Und da es für WaKü-Artikel ja Verkäufer gibt mit weitaus besserem Service, zumindest laut Homepage, wird sich da auch nach 30 geschlafenen Nächten nichts mehr an meiner Einstellung gegenüber Aquatuning ändern, solange sie solche Abwicklungen nötig haben 

Greetz Erok


----------



## efdev (30. April 2013)

stimmt das führt so zu nichts .

du kannst ja mal deine ich nenne es mal beschwerde hier rein schreiben vielleicht kann dir da einer erklären warum das so gemacht wird , dort kannst du auch deine kritik am system mitteilen. Aquatuning


----------



## Erok (30. April 2013)

Dies tat ich bereits per email, worauf hin sich Aquatuning nicht in der Lage sieht, darauf zu antworten  

ist wie gesagt für mich erledigt. Gibt wichtigeres im Leben als sich über sowas aufzuregen 

Heute zum Beispiel, daß der BVB ins Finale einzieht


----------



## efdev (30. April 2013)

das wiederrum halte ich für unwichtig aber so ist das halt


----------



## santos (30. April 2013)

ja eigentlich müßig weiter zu diskutieren, aber so wie es dargestellt wird, ist es ja nicht. Du hast Den AGB bestellt, bezahlt und auch erhalten. Nun ist der defekt, heißt Du möchtest Ersatz. Im Normalfall schickt man den defekten zurück und erhält im Gegenzug einen Ersatz. Das ganze dauert drei Tage. Du möchtest aber, das Der Händler sofort verschickt, Dauer 1,5 Tage. Das heißt der Händler schickt Dir zwei Geräte für den Preis von einem, erst einmal. Er weiß ja nicht, ob Du auch gewillt bist, das Defekte zurück zuschicken. Das ganze wird zum Risiko. Dazu kommt noch, das der Händler dir mehr glauben muss, als umgekehrt. Mal ganz krass gesehen, Deine Frau/Freundin hat Dir das Dingen an den Kopf geworfen, weil Du wieder Wakü-Kram bestellt hast und darum ist der Defekt entstanden oder oder.... ich will damit sagen, das der Händler ein Recht auf Überprüfung hat, bevor überhaupt getauscht wird. Keiner sagt Du bekommst keinen Ersatz, es geht einfach darum, wenn Du vorab einen zweiten willst, musst den auch bezahlen. Stell Dir mal vor es geht um die Graka Titan und nun stell Dir vor, Du bist der Händler. Aber egal, Du hast Dich entschieden.


----------



## rUdeBoy (30. April 2013)

Wenn ich auch mal meinen Senf dazugeben darf 
Vorab gesagt: das ganze ist unabhängig davon, dass es ärgerlich ist ein defektes Teil zu bekommen. Solange kein Schaden entstanden ist, ist das doch schon mal gut. Meine Stimmung würde es zumindest ein wenig aufhellen, wenn keine Hardware zu Bruch gegangen ist.
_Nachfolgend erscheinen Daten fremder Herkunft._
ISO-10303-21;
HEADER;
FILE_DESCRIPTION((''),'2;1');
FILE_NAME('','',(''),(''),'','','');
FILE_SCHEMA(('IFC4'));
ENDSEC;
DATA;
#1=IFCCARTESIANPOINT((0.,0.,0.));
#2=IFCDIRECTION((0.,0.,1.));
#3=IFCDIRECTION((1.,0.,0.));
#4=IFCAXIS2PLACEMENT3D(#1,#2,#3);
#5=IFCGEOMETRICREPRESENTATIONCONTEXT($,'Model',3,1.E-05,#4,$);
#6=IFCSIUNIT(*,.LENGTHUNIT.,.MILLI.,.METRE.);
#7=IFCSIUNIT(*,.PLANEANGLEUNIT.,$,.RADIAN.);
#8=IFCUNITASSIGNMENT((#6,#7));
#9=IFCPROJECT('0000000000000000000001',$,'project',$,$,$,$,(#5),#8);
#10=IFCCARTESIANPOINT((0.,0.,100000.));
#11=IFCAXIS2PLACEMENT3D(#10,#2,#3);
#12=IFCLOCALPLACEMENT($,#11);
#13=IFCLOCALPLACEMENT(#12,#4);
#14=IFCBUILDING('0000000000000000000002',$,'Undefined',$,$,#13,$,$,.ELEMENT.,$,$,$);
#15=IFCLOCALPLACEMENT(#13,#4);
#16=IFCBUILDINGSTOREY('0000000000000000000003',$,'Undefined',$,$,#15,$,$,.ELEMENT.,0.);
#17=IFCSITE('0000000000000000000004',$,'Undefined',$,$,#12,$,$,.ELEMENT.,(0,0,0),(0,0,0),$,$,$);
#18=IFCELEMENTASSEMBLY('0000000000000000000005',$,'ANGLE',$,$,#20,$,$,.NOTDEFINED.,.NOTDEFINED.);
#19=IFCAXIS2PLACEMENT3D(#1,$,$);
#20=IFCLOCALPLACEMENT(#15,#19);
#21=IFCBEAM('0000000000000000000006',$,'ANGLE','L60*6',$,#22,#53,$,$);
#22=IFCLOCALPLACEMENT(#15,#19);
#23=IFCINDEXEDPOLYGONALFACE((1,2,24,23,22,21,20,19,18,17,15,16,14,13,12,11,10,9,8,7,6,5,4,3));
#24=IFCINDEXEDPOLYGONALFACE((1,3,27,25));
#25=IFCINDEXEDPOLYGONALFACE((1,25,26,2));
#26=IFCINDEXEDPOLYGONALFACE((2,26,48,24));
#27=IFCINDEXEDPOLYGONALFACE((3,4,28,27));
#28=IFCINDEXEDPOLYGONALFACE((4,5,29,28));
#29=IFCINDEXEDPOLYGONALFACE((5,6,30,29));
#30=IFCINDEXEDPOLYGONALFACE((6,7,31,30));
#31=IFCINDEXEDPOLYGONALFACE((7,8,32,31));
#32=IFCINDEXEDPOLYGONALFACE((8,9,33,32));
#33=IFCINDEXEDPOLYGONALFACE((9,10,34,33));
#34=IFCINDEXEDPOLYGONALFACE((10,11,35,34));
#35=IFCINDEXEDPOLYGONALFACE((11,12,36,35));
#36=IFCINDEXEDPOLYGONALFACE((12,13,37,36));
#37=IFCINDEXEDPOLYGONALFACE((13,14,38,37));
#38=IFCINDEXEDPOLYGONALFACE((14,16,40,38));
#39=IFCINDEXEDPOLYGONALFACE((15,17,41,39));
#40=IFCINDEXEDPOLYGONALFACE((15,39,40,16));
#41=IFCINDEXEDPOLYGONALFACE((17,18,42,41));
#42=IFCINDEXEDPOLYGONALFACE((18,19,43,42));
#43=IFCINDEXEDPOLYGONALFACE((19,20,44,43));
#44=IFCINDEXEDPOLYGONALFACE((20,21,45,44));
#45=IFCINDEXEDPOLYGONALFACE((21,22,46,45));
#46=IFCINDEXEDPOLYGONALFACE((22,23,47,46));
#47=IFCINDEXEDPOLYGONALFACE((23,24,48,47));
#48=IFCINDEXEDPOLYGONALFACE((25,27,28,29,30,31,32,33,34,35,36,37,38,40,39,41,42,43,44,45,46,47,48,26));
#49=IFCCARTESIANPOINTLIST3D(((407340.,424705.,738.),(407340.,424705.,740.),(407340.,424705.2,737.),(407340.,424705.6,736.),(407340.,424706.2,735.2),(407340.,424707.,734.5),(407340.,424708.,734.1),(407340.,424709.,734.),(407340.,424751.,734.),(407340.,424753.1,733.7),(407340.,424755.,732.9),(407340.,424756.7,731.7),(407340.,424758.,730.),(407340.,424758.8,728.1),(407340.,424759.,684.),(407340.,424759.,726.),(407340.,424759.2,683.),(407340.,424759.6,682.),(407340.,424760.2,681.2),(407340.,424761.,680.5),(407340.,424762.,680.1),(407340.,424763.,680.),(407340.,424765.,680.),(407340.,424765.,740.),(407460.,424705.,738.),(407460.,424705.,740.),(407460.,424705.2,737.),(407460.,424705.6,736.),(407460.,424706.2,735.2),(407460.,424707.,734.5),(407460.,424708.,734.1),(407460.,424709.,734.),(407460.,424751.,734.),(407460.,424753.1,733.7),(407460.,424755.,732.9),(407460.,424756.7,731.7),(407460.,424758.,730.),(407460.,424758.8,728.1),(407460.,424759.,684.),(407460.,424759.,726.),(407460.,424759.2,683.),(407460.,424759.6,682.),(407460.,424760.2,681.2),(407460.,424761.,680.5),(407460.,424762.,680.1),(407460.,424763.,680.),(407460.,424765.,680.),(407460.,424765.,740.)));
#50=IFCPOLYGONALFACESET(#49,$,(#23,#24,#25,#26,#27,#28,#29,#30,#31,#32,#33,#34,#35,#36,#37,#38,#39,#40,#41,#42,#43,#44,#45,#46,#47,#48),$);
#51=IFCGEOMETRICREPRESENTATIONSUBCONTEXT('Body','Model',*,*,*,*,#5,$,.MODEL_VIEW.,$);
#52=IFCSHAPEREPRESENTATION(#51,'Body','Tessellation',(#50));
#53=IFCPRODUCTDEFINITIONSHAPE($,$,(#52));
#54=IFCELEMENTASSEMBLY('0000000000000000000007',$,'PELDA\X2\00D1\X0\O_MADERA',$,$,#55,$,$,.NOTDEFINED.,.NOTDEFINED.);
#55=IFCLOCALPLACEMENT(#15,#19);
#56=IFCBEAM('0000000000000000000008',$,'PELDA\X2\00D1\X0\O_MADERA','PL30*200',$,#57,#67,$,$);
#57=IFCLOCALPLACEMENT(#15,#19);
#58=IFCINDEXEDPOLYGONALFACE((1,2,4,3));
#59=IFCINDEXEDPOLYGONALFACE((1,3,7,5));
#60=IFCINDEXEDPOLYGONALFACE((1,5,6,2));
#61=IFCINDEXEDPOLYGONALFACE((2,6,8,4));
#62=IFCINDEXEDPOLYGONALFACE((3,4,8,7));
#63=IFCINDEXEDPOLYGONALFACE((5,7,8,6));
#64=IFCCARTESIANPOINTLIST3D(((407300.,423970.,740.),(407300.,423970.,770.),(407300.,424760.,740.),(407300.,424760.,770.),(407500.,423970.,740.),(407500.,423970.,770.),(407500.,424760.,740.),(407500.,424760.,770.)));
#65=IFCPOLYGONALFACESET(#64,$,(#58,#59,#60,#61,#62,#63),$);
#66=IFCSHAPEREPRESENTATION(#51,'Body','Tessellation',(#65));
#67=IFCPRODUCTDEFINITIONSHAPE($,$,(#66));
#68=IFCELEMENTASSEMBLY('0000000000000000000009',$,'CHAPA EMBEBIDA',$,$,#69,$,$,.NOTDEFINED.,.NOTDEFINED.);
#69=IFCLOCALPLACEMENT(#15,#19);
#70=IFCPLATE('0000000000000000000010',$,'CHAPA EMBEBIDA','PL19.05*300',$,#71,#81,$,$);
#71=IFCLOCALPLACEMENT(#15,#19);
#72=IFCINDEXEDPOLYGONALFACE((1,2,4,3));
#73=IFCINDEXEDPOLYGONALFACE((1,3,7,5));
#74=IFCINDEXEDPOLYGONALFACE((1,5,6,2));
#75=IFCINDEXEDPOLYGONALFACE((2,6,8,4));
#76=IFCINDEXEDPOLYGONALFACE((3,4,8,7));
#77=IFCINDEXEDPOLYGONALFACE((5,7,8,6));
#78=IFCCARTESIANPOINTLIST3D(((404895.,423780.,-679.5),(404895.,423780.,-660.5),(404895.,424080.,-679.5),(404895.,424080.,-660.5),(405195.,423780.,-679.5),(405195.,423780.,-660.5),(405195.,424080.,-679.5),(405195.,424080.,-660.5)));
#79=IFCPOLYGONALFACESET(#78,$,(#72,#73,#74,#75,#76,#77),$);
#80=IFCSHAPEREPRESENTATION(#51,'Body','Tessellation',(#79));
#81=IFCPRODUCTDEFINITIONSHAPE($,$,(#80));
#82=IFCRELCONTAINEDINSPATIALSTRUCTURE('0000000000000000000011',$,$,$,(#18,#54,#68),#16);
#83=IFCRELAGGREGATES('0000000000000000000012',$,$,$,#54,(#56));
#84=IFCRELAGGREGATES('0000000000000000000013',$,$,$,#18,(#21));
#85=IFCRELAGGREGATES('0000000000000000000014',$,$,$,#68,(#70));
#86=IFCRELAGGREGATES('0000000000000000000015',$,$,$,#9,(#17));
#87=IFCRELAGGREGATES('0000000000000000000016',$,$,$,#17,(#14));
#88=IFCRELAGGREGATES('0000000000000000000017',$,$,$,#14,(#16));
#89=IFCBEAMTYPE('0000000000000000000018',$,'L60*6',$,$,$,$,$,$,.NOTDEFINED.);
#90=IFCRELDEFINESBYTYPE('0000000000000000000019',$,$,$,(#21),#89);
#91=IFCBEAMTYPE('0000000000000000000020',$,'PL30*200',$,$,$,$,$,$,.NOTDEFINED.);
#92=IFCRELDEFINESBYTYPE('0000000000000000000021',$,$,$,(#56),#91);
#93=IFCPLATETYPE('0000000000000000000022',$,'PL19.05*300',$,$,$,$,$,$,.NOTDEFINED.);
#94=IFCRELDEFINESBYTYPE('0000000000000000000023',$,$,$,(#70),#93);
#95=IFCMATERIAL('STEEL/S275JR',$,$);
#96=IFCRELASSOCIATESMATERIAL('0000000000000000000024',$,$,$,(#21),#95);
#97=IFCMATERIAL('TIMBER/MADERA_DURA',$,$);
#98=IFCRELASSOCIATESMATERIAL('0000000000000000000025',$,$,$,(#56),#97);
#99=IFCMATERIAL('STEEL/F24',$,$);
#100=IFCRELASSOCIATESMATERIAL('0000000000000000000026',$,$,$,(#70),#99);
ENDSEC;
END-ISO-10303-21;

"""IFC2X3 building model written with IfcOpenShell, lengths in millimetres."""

from ifc_helpers import new_model, si_unit, frame, origin_with_axes, origin_2d_with_axis, place, context, subcontext, project, spatial, polyline, rectangle, l_section, outline, extrude, material, type_object, element, aggregate, save


model = new_model("IFC2X3")

# Units and contexts
model_context = context("Model", 3, precision=1e-05, world=origin_with_axes())
body_context = subcontext(model_context, "Body", "Model", "MODEL_VIEW")
ifc_project = project(units=[si_unit("LENGTHUNIT", "METRE", prefix="MILLI"), si_unit("PLANEANGLEUNIT", "RADIAN")], contexts=[model_context])

# Site, building, storey
site_placement = place(None, frame((0.0, 0.0, 100000.0), z_axis=(0.0, 0.0, 1.0), x_axis=(1.0, 0.0, 0.0)))
site = spatial("IfcSite", under=ifc_project, at=site_placement, Name="Undefined", CompositionType="ELEMENT", RefLatitude=(0, 0, 0), RefLongitude=(0, 0, 0))
building_placement = place(site_placement, origin_with_axes())
building = spatial("IfcBuilding", under=site, at=building_placement, Name="Undefined", CompositionType="ELEMENT")
storey_placement = place(building_placement, origin_with_axes())
storey = spatial("IfcBuildingStorey", under=building, at=storey_placement, Name="Undefined", CompositionType="ELEMENT", Elevation=0.0)

# Shared definitions
ifc_material_1 = material(Name="STEEL/F24")

# Element assemblies, beams
ifc_material_2 = material(Name="STEEL/S275JR")
beam_type_1 = type_object("IfcBeamType", Name="L60*6", PredefinedType="NOTDEFINED")
assembly_1_placement = place(storey_placement, origin_with_axes())
assembly_1 = element("IfcElementAssembly", 1, at=assembly_1_placement, inside=storey, Name="ANGLE", AssemblyPlace="NOTDEFINED", PredefinedType="NOTDEFINED")
beam_1_placement = place(assembly_1_placement, frame((407340.0, 424735.0, 710.0), z_axis=(0.0, -1.0, 0.0), x_axis=(1.0, 0.0, 0.0)))
beam_1 = element("IfcBeam", 2, at=beam_1_placement, type_object=beam_type_1, material=ifc_material_2, Name="ANGLE", Description="L60*6", context=body_context, shape_type="SweptSolid", body=[
    extrude(l_section(Depth=60.0, Width=60.0, Thickness=6.0, FilletRadius=8.0, EdgeRadius=4.0, at=origin_2d_with_axis()), frame((120.0, 0.0, 0.0), z_axis=(-1.0, 0.0, 0.0), x_axis=(0.0, -1.0, 0.0)), (0.0, 0.0, 1.0), 120.0),
])
assembly_2_placement = place(storey_placement, origin_with_axes())
assembly_2 = element("IfcElementAssembly", 3, at=assembly_2_placement, inside=storey, Name="PELDAÑO_MADERA", AssemblyPlace="NOTDEFINED", PredefinedType="NOTDEFINED")
ifc_material_3 = material(Name="TIMBER/MADERA_DURA")
beam_type_2 = type_object("IfcBeamType", Name="PL30*200", PredefinedType="NOTDEFINED")
beam_2_placement = place(assembly_2_placement, frame((407400.0, 424760.0, 755.0), z_axis=(-1.0, 0.0, 0.0), x_axis=(0.0, -1.0, 0.0)))
beam_2 = element("IfcBeam", 4, at=beam_2_placement, type_object=beam_type_2, material=ifc_material_3, Name="PELDAÑO_MADERA", Description="PL30*200", context=body_context, shape_type="SweptSolid", body=[
    extrude(rectangle(XDim=30.0, YDim=200.0, at=origin_2d_with_axis()), frame((790.0, 0.0, 0.0), z_axis=(-1.0, 0.0, 0.0), x_axis=(0.0, -1.0, 0.0)), (0.0, 0.0, 1.0), 790.0),
])
aggregate(assembly_2, [beam_2])

# Element assembly, plate
assembly_3_placement = place(storey_placement, origin_with_axes())
assembly_3 = element("IfcElementAssembly", 5, at=assembly_3_placement, inside=storey, Name="CHAPA EMBEBIDA", AssemblyPlace="NOTDEFINED", PredefinedType="NOTDEFINED")
plate_type = type_object("IfcPlateType", Name="PL19.05*300", PredefinedType="NOTDEFINED")
plate_placement = place(assembly_3_placement, frame((404895.0, 423780.0, -670.0), z_axis=(0.0, 0.0, 1.0), x_axis=(1.0, 0.0, 0.0)))
plate = element("IfcPlate", 6, at=plate_placement, type_object=plate_type, material=ifc_material_1, Name="CHAPA EMBEBIDA", Description="PL19.05*300", context=body_context, shape_type="SweptSolid", body=[
    extrude(outline(polyline([(0.0, 0.0), (300.0, 0.0), (300.0, 300.0), (0.0, 300.0), (0.0, 0.0)])), frame((0.0, 0.0, -9.5), z_axis=(0.0, 0.0, 1.0), x_axis=(1.0, 0.0, 0.0)), (0.0, 0.0, 1.0), 19.1),
])

aggregate(assembly_1, [beam_1])

aggregate(assembly_3, [plate])

save(model, "model.ifc")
Aber zum Kern der Sache...
Ich denke, aquatuning den schwarzen Peter in die Schuhe zu schieben, ist zwar der Weg, den jeder Kunde gehen würde, ganz fair ist es jedoch nicht. Klar, dein PC ist, sagen wir mal, fünf Tage nicht lauffähig. Und Ersatz, um den PC lauffähig zu halten, geht nur über Vorkasse.
Aber wegen einer gängigen Praktik, dem Shop den Rücken zu kehren, mit dem man eigenen Aussagen zu Folge eigentlich recht zufrieden war, halte ich doch ein wenig zu viel des Guten. Wenn das nämlich der Weg ist den du gehen willst, dann rate ich dir, nichts mehr online zu bestellen und lieber mehr Geld zu zahlen, um beim lokalen Fachhandel Hardware zu kaufen.
Ich hatte mal das Problem, dass mein Mainboard einen Defekt hatte. Ein Mainboard ausbauen und einschicken ist ja das was gemacht werden muss. Wenn es beim Händler angekommen ist, gibt es Händler, die überprüfen gar nicht selber sondern schicken es direkt zum Hersteller. Der repariert das dann und schickt es an den Händler zurück, der es dann wiederum an den Kunden zurücksendet. Das ganze dauert dann ein paar Wochen, in meinem Fall waren es knapp fünf Wochen.
Aus dieser Misere hab ich gelernt (in der Zeit durfte ich nämlich mit einem Ein-Kern-Notebook von Anno-dazumal hantieren). Dieses mal habe ich einfach ein Mainboard als Ersatz gekauft, das defekte wurde eingeschickt. Der Rechner war lauffähig und ich happy. Wenn das alte Mainboard dann wieder zurück ist, wird es privat oder im Forum verkauft und gut ist.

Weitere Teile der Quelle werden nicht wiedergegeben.